**Task**
Each entry here needs to be given again exactly.

**Given data**
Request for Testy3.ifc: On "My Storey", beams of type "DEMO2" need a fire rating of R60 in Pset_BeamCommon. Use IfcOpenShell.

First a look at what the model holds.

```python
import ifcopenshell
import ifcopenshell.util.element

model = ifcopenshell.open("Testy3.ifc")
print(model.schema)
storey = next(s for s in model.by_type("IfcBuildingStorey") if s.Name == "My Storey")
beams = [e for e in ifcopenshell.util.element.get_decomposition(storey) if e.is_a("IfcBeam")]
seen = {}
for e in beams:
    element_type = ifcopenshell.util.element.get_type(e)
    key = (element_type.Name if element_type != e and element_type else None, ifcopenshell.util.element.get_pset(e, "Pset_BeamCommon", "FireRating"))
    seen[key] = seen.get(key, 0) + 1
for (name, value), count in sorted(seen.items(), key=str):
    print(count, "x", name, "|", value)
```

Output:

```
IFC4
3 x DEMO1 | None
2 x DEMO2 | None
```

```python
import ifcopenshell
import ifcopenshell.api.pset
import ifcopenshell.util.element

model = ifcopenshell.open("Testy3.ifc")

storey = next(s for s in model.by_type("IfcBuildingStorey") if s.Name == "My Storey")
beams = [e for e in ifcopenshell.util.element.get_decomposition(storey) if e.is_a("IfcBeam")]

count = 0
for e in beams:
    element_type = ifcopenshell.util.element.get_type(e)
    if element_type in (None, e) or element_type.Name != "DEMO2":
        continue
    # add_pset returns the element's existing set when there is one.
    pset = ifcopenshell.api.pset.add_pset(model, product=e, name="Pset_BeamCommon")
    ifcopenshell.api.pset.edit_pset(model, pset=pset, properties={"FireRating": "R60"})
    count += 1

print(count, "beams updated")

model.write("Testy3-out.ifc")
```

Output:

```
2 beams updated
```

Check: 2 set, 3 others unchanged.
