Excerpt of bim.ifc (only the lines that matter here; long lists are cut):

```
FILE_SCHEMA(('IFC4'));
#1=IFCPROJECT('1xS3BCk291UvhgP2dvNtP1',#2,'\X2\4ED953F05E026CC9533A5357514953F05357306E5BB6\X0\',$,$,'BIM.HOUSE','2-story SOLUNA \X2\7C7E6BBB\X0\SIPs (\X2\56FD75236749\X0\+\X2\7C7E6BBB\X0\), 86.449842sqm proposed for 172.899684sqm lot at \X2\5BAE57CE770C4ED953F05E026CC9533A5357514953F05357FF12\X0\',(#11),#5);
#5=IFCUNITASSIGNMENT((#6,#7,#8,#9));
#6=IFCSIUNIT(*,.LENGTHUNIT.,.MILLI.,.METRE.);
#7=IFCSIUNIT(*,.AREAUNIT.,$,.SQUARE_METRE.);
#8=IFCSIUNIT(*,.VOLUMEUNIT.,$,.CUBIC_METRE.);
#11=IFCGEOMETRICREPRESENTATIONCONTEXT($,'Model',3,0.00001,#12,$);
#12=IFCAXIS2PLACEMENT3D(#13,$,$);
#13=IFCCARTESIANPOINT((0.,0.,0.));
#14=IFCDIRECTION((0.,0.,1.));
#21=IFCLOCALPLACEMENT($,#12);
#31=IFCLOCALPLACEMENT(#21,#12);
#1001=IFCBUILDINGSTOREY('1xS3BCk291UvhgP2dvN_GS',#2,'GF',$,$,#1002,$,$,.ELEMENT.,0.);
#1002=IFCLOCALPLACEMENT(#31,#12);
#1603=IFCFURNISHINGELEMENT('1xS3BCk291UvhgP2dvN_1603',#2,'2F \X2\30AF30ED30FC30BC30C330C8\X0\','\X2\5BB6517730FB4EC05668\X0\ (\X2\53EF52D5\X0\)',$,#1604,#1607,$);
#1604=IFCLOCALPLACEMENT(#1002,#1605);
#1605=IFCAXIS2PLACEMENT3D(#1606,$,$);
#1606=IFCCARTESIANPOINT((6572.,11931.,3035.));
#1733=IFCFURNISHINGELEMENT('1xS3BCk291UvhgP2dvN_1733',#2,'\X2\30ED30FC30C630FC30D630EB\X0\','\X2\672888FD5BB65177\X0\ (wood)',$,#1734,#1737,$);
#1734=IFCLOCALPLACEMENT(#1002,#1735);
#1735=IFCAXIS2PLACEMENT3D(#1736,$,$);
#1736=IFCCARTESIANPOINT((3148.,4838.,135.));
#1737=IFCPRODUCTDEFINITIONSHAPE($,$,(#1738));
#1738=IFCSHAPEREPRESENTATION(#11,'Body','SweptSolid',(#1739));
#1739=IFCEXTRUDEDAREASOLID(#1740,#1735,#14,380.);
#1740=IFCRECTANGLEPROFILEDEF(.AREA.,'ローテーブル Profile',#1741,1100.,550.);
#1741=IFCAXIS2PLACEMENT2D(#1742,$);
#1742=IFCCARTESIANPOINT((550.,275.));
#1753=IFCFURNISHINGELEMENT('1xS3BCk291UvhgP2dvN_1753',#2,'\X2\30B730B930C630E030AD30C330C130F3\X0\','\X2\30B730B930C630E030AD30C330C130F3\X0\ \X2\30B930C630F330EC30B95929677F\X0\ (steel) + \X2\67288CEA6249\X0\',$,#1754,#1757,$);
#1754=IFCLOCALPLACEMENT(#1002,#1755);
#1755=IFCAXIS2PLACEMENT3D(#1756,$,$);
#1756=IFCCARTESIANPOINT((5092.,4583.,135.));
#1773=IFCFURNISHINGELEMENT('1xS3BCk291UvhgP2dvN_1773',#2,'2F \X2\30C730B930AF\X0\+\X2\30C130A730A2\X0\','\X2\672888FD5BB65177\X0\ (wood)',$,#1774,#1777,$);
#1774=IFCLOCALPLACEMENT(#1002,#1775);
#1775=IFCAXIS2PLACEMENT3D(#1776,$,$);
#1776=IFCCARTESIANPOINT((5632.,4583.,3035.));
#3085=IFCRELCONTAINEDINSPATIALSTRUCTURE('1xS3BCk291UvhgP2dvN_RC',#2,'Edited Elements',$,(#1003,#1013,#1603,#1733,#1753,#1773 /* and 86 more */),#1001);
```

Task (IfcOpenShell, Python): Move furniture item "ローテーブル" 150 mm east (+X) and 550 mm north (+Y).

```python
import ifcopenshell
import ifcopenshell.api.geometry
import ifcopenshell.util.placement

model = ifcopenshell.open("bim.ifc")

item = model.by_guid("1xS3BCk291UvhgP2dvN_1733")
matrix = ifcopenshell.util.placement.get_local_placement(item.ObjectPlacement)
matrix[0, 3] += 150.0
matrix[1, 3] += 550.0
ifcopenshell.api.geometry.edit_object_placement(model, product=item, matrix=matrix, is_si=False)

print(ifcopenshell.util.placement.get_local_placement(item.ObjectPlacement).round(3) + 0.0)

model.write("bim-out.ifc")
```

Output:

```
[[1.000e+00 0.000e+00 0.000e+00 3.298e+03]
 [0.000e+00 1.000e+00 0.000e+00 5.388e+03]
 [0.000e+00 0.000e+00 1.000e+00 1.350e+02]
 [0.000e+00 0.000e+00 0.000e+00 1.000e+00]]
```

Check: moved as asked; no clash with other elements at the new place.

**Response to the task**
Request for Testy3.ifc: On "My Storey", beams of type "DEMO2" need a fire rating of R60 in Pset_BeamCommon. Use IfcOpenShell.

First a look at what the model holds.

```python
import ifcopenshell
import ifcopenshell.util.element

model = ifcopenshell.open("Testy3.ifc")
print(model.schema)
storey = next(s for s in model.by_type("IfcBuildingStorey") if s.Name == "My Storey")
beams = [e for e in ifcopenshell.util.element.get_decomposition(storey) if e.is_a("IfcBeam")]
seen = {}
for e in beams:
    element_type = ifcopenshell.util.element.get_type(e)
    key = (element_type.Name if element_type != e and element_type else None, ifcopenshell.util.element.get_pset(e, "Pset_BeamCommon", "FireRating"))
    seen[key] = seen.get(key, 0) + 1
for (name, value), count in sorted(seen.items(), key=str):
    print(count, "x", name, "|", value)
```

Output:

```
IFC4
3 x DEMO1 | None
2 x DEMO2 | None
```

```python
import ifcopenshell
import ifcopenshell.api.pset
import ifcopenshell.util.element

model = ifcopenshell.open("Testy3.ifc")

storey = next(s for s in model.by_type("IfcBuildingStorey") if s.Name == "My Storey")
beams = [e for e in ifcopenshell.util.element.get_decomposition(storey) if e.is_a("IfcBeam")]

count = 0
for e in beams:
    element_type = ifcopenshell.util.element.get_type(e)
    if element_type in (None, e) or element_type.Name != "DEMO2":
        continue
    # add_pset returns the element's existing set when there is one.
    pset = ifcopenshell.api.pset.add_pset(model, product=e, name="Pset_BeamCommon")
    ifcopenshell.api.pset.edit_pset(model, pset=pset, properties={"FireRating": "R60"})
    count += 1

print(count, "beams updated")

model.write("Testy3-out.ifc")
```

Output:

```
2 beams updated
```

Check: 2 set, 3 others unchanged.
Excerpt of bim.ifc (only the lines that matter here; long lists are cut):

```
FILE_SCHEMA(('IFC4'));
#1=IFCPROJECT('1xS3BCk291UvhgP2dvNtP1',#2,'\X2\4ED953F05E026CC9533A5357514953F05357306E5BB6\X0\',$,$,'BIM.HOUSE','2-story SOLUNA \X2\7C7E6BBB\X0\SIPs (\X2\56FD75236749\X0\+\X2\7C7E6BBB\X0\), 86.449842sqm proposed for 172.899684sqm lot at \X2\5BAE57CE770C4ED953F05E026CC9533A5357514953F05357FF12\X0\',(#11),#5);
#5=IFCUNITASSIGNMENT((#6,#7,#8,#9));
#6=IFCSIUNIT(*,.LENGTHUNIT.,.MILLI.,.METRE.);
#7=IFCSIUNIT(*,.AREAUNIT.,$,.SQUARE_METRE.);
#8=IFCSIUNIT(*,.VOLUMEUNIT.,$,.CUBIC_METRE.);
#11=IFCGEOMETRICREPRESENTATIONCONTEXT($,'Model',3,0.00001,#12,$);
#12=IFCAXIS2PLACEMENT3D(#13,$,$);
#13=IFCCARTESIANPOINT((0.,0.,0.));
#14=IFCDIRECTION((0.,0.,1.));
#21=IFCLOCALPLACEMENT($,#12);
#31=IFCLOCALPLACEMENT(#21,#12);
#1001=IFCBUILDINGSTOREY('1xS3BCk291UvhgP2dvN_GS',#2,'GF',$,$,#1002,$,$,.ELEMENT.,0.);
#1002=IFCLOCALPLACEMENT(#31,#12);
#1603=IFCFURNISHINGELEMENT('1xS3BCk291UvhgP2dvN_1603',#2,'2F \X2\30AF30ED30FC30BC30C330C8\X0\','\X2\5BB6517730FB4EC05668\X0\ (\X2\53EF52D5\X0\)',$,#1604,#1607,$);
#1604=IFCLOCALPLACEMENT(#1002,#1605);
#1605=IFCAXIS2PLACEMENT3D(#1606,$,$);
#1606=IFCCARTESIANPOINT((6572.,11931.,3035.));
#1733=IFCFURNISHINGELEMENT('1xS3BCk291UvhgP2dvN_1733',#2,'\X2\30ED30FC30C630FC30D630EB\X0\','\X2\672888FD5BB65177\X0\ (wood)',$,#1734,#1737,$);
#1734=IFCLOCALPLACEMENT(#1002,#1735);
#1735=IFCAXIS2PLACEMENT3D(#1736,$,$);
#1736=IFCCARTESIANPOINT((3148.,4838.,135.));
#1737=IFCPRODUCTDEFINITIONSHAPE($,$,(#1738));
#1738=IFCSHAPEREPRESENTATION(#11,'Body','SweptSolid',(#1739));
#1739=IFCEXTRUDEDAREASOLID(#1740,#1735,#14,380.);
#1740=IFCRECTANGLEPROFILEDEF(.AREA.,'ローテーブル Profile',#1741,1100.,550.);
#1741=IFCAXIS2PLACEMENT2D(#1742,$);
#1742=IFCCARTESIANPOINT((550.,275.));
#1753=IFCFURNISHINGELEMENT('1xS3BCk291UvhgP2dvN_1753',#2,'\X2\30B730B930C630E030AD30C330C130F3\X0\','\X2\30B730B930C630E030AD30C330C130F3\X0\ \X2\30B930C630F330EC30B95929677F\X0\ (steel) + \X2\67288CEA6249\X0\',$,#1754,#1757,$);
#1754=IFCLOCALPLACEMENT(#1002,#1755);
#1755=IFCAXIS2PLACEMENT3D(#1756,$,$);
#1756=IFCCARTESIANPOINT((5092.,4583.,135.));
#1773=IFCFURNISHINGELEMENT('1xS3BCk291UvhgP2dvN_1773',#2,'2F \X2\30C730B930AF\X0\+\X2\30C130A730A2\X0\','\X2\672888FD5BB65177\X0\ (wood)',$,#1774,#1777,$);
#1774=IFCLOCALPLACEMENT(#1002,#1775);
#1775=IFCAXIS2PLACEMENT3D(#1776,$,$);
#1776=IFCCARTESIANPOINT((5632.,4583.,3035.));
#3085=IFCRELCONTAINEDINSPATIALSTRUCTURE('1xS3BCk291UvhgP2dvN_RC',#2,'Edited Elements',$,(#1003,#1013,#1603,#1733,#1753,#1773 /* and 86 more */),#1001);
```

Task (IfcOpenShell, Python): Move furniture item "ローテーブル" 150 mm east (+X) and 550 mm north (+Y).

```python
import ifcopenshell
import ifcopenshell.api.geometry
import ifcopenshell.util.placement

model = ifcopenshell.open("bim.ifc")

item = model.by_guid("1xS3BCk291UvhgP2dvN_1733")
matrix = ifcopenshell.util.placement.get_local_placement(item.ObjectPlacement)
matrix[0, 3] += 150.0
matrix[1, 3] += 550.0
ifcopenshell.api.geometry.edit_object_placement(model, product=item, matrix=matrix, is_si=False)

print(ifcopenshell.util.placement.get_local_placement(item.ObjectPlacement).round(3) + 0.0)

model.write("bim-out.ifc")
```

Output:

```
[[1.000e+00 0.000e+00 0.000e+00 3.298e+03]
 [0.000e+00 1.000e+00 0.000e+00 5.388e+03]
 [0.000e+00 0.000e+00 1.000e+00 1.350e+02]
 [0.000e+00 0.000e+00 0.000e+00 1.000e+00]]
```

Check: moved as asked; no clash with other elements at the new place.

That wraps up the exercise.